- _RECORDS FOR THIS TASK_:
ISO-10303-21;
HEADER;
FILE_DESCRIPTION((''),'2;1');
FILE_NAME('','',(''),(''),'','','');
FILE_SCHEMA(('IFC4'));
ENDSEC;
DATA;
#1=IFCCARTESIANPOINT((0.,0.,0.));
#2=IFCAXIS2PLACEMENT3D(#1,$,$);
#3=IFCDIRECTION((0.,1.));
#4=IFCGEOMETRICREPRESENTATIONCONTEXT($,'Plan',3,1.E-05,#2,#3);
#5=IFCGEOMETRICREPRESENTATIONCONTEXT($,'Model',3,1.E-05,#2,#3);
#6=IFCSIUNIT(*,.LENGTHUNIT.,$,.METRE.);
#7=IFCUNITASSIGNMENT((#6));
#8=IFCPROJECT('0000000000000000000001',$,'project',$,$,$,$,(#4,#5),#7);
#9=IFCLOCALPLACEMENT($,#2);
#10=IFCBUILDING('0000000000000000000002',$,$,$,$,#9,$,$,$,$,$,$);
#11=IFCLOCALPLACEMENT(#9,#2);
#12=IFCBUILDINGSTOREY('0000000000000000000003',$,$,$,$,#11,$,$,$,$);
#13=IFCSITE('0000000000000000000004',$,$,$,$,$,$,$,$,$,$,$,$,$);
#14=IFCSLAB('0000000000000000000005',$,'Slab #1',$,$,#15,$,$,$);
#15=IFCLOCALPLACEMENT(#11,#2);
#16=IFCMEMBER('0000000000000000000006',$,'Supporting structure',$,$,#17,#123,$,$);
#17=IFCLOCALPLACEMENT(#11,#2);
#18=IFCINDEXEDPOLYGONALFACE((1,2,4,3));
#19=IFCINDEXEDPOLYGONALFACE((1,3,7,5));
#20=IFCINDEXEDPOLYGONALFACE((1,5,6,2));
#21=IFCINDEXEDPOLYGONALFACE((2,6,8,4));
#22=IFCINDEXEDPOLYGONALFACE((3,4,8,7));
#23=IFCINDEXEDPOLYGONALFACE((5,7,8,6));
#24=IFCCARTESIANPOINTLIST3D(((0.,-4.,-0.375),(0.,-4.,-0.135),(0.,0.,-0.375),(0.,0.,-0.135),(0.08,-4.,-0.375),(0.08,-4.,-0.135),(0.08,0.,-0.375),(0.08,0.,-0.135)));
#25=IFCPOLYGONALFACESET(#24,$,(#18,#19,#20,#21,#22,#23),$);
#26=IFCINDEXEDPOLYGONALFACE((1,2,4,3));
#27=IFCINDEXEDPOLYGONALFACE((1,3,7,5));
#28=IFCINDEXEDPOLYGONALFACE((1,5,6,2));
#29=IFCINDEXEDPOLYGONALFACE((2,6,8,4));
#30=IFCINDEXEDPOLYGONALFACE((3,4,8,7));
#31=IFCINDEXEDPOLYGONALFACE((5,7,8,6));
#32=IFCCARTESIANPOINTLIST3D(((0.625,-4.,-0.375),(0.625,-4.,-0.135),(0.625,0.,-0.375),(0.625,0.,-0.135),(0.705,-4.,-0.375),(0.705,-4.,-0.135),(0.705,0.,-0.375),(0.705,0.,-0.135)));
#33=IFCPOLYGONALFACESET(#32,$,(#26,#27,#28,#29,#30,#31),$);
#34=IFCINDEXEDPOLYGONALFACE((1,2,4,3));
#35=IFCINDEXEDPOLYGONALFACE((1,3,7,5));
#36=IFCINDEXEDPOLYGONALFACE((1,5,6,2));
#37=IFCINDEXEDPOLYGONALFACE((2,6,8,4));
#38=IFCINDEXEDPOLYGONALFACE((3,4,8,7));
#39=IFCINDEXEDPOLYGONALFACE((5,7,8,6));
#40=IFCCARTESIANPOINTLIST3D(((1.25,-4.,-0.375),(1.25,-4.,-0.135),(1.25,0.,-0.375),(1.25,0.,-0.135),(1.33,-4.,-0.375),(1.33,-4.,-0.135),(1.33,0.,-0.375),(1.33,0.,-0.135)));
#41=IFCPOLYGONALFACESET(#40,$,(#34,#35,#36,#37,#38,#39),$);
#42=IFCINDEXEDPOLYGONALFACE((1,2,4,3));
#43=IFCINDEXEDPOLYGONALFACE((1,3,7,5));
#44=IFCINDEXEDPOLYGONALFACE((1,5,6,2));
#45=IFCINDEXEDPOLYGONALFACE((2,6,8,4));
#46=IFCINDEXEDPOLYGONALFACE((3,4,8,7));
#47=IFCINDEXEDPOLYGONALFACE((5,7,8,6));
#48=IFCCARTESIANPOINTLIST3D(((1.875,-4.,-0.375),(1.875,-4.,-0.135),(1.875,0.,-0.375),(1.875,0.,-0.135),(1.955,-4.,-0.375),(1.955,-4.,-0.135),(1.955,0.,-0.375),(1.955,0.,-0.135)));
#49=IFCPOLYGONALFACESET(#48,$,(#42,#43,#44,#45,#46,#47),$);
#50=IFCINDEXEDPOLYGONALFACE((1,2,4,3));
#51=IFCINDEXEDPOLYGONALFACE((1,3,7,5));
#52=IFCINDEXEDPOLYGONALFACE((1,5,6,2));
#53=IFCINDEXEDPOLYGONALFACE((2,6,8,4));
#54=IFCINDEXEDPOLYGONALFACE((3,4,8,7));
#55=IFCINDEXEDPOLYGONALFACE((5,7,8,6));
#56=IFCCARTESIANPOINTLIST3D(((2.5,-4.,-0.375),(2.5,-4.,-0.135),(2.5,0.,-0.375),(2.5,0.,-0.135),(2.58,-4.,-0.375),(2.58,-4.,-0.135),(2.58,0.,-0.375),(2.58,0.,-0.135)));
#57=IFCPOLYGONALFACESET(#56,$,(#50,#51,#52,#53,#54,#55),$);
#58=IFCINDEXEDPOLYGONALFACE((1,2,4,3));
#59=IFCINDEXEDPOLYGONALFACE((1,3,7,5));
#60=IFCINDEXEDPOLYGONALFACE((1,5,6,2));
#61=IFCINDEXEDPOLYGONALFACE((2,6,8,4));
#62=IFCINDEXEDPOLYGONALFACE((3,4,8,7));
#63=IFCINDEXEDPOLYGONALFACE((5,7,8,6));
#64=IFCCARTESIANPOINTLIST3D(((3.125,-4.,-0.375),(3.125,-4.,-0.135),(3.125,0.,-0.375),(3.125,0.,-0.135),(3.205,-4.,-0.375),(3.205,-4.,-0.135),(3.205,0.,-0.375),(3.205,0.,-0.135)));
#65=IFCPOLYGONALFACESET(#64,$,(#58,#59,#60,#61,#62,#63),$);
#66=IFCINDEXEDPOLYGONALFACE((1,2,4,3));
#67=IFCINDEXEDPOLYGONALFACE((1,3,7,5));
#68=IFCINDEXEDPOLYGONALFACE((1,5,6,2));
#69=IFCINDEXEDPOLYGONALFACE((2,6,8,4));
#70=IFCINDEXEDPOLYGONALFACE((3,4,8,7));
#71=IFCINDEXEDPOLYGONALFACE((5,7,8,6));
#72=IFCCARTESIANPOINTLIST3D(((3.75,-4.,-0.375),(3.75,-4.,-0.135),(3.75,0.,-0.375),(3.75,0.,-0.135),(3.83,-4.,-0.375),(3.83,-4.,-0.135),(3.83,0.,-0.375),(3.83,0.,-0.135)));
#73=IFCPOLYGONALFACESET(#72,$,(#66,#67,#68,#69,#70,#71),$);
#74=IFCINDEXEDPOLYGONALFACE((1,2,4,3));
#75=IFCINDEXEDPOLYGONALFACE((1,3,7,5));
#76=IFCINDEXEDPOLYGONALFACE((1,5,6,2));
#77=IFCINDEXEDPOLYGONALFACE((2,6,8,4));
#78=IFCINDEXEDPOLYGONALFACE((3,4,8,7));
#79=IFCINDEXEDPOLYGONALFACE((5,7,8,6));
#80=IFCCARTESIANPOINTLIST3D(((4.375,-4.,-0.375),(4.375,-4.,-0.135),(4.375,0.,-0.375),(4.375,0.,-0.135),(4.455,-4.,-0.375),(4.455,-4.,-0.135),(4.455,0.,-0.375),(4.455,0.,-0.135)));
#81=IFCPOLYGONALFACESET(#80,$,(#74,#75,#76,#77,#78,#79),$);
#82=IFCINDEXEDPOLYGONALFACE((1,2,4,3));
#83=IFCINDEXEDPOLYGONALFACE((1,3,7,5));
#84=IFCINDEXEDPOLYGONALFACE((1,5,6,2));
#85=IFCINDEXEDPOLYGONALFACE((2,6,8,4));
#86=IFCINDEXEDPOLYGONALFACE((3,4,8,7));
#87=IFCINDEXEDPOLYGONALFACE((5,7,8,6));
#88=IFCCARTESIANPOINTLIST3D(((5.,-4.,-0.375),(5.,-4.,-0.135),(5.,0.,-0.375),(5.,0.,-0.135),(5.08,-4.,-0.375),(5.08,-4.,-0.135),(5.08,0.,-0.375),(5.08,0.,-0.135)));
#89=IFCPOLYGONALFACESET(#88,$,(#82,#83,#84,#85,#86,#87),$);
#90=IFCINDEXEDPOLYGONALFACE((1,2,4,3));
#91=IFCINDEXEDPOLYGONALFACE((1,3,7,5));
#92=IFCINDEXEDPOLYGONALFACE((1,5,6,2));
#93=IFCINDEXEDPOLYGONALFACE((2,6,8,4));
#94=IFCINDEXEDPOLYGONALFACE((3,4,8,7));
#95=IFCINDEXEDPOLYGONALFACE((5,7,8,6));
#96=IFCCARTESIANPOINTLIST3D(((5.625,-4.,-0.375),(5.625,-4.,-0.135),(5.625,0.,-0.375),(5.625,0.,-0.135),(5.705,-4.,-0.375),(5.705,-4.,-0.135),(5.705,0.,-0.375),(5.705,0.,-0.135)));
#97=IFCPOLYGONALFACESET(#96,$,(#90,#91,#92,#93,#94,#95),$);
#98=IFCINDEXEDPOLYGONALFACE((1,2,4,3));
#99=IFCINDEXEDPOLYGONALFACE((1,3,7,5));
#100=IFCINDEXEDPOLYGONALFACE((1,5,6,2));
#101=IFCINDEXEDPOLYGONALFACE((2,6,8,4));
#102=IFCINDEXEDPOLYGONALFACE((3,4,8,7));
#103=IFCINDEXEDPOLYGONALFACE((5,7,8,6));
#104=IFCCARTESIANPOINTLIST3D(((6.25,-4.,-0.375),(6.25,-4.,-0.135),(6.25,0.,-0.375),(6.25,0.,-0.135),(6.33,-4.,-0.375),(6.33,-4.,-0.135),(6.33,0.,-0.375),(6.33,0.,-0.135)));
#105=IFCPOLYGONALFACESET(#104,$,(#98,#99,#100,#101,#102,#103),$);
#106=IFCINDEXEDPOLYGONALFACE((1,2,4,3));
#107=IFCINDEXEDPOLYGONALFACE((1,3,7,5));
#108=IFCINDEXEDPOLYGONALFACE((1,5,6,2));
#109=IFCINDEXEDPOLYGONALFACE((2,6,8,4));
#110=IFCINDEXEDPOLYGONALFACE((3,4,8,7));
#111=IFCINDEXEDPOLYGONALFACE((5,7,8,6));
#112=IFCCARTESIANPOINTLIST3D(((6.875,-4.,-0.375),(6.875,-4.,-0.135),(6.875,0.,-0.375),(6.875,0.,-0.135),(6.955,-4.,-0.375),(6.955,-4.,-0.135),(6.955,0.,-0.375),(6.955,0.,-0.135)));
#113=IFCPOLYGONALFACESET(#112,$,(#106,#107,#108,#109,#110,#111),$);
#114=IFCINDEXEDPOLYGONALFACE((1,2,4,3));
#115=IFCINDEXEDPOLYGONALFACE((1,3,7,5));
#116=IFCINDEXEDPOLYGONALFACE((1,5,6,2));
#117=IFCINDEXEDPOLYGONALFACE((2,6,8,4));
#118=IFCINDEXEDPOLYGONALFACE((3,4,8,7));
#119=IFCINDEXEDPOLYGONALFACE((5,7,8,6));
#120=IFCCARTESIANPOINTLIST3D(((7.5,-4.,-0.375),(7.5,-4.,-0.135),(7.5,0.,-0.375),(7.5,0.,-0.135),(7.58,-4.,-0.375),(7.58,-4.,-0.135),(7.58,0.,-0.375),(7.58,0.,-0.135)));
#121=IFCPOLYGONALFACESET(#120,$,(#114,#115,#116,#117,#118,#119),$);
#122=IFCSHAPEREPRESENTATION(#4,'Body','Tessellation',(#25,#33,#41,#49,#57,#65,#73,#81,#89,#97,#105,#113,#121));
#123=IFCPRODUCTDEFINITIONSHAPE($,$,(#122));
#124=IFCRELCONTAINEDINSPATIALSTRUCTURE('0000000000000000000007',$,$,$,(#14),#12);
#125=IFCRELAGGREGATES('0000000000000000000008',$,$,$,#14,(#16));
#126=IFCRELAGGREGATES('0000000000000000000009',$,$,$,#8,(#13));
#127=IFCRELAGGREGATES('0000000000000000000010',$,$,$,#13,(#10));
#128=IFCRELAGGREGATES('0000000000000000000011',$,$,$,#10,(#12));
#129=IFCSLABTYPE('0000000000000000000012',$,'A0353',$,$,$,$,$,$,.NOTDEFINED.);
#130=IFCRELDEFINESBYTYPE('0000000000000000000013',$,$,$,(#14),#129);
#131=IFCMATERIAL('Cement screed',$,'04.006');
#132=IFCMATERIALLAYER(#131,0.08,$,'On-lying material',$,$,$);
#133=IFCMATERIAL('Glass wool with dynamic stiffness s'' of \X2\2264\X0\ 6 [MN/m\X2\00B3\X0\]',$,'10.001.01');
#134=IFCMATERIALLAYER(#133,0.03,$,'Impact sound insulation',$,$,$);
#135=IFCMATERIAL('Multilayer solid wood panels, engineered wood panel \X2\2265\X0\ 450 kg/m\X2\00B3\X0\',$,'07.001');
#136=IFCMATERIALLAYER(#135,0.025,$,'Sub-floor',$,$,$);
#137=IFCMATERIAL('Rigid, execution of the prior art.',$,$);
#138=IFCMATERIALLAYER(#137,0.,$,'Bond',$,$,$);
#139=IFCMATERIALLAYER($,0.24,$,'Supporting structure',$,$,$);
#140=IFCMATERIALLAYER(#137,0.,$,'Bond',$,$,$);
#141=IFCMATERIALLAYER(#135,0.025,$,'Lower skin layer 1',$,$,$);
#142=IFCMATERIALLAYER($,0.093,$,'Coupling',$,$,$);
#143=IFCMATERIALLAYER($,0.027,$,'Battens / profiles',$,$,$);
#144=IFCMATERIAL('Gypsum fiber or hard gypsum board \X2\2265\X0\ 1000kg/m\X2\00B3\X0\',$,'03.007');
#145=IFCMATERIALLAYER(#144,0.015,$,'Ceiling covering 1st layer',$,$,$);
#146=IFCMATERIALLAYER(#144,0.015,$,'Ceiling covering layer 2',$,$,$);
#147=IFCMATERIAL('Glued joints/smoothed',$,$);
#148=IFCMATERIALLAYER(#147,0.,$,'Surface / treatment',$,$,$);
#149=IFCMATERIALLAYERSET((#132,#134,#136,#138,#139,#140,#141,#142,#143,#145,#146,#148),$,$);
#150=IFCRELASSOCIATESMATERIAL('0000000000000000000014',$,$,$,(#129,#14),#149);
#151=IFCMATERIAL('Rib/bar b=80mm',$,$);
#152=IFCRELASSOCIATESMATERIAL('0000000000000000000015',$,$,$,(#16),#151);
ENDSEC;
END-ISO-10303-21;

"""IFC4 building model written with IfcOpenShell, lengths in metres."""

from ifc_helpers import new_model, si_unit, direction, frame, frame_2d, origin, place, context, project, spatial, rectangle, extrude, material, layer, layer_set, type_object, element, aggregate, save


model = new_model("IFC4")

# Units and contexts
plan_context = context("Plan", 3, precision=1e-05, world=origin(), true_north=direction((0.0, 1.0)))
model_context = context("Model", 3, precision=1e-05, world=origin(), true_north=direction((0.0, 1.0)))
ifc_project = project(units=[si_unit("LENGTHUNIT", "METRE")], contexts=[plan_context, model_context])

# Site, building, storey
site = spatial("IfcSite", under=ifc_project)
building_placement = place(None, origin())
building = spatial("IfcBuilding", under=site, at=building_placement)
storey_placement = place(building_placement, origin())
storey = spatial("IfcBuildingStorey", under=building, at=storey_placement)

# Slab, member
ifc_material_1 = material(Name="Cement screed", Category="04.006")
ifc_layer_1 = layer(ifc_material_1, 0.08, Name="On-lying material")
ifc_material_2 = material(Name="Glass wool with dynamic stiffness s' of ≤ 6 [MN/m³]", Category="10.001.01")
ifc_layer_2 = layer(ifc_material_2, 0.03, Name="Impact sound insulation")
ifc_material_3 = material(Name="Multilayer solid wood panels, engineered wood panel ≥ 450 kg/m³", Category="07.001")
ifc_layer_3 = layer(ifc_material_3, 0.025, Name="Sub-floor")
ifc_material_4 = material(Name="Rigid, execution of the prior art.")
ifc_layer_4 = layer(ifc_material_4, 0.0, Name="Bond")
ifc_layer_5 = layer(None, 0.24, Name="Supporting structure")
ifc_layer_6 = layer(ifc_material_4, 0.0, Name="Bond")
ifc_layer_7 = layer(ifc_material_3, 0.025, Name="Lower skin layer 1")
ifc_layer_8 = layer(None, 0.093, Name="Coupling")
ifc_layer_9 = layer(None, 0.027, Name="Battens / profiles")
ifc_material_5 = material(Name="Gypsum fiber or hard gypsum board ≥ 1000kg/m³", Category="03.007")
ifc_layer_10 = layer(ifc_material_5, 0.015, Name="Ceiling covering 1st layer")
ifc_layer_11 = layer(ifc_material_5, 0.015, Name="Ceiling covering layer 2")
ifc_material_6 = material(Name="Glued joints/smoothed")
ifc_layer_12 = layer(ifc_material_6, 0.0, Name="Surface / treatment")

- _EXERCISE OBJECTIVE_: Exact reproduction is required. Give the lines of the data from its first line through the line containing "#4=IFCGEOMETRICREPRESENTATIONCONTEXT($,'Plan',3,1.E-05,#2,#3);", and no others.

- _RESPONSE_:
ISO-10303-21;
HEADER;
FILE_DESCRIPTION((''),'2;1');
FILE_NAME('','',(''),(''),'','','');
FILE_SCHEMA(('IFC4'));
ENDSEC;
DATA;
#1=IFCCARTESIANPOINT((0.,0.,0.));
#2=IFCAXIS2PLACEMENT3D(#1,$,$);
#3=IFCDIRECTION((0.,1.));
#4=IFCGEOMETRICREPRESENTATIONCONTEXT($,'Plan',3,1.E-05,#2,#3);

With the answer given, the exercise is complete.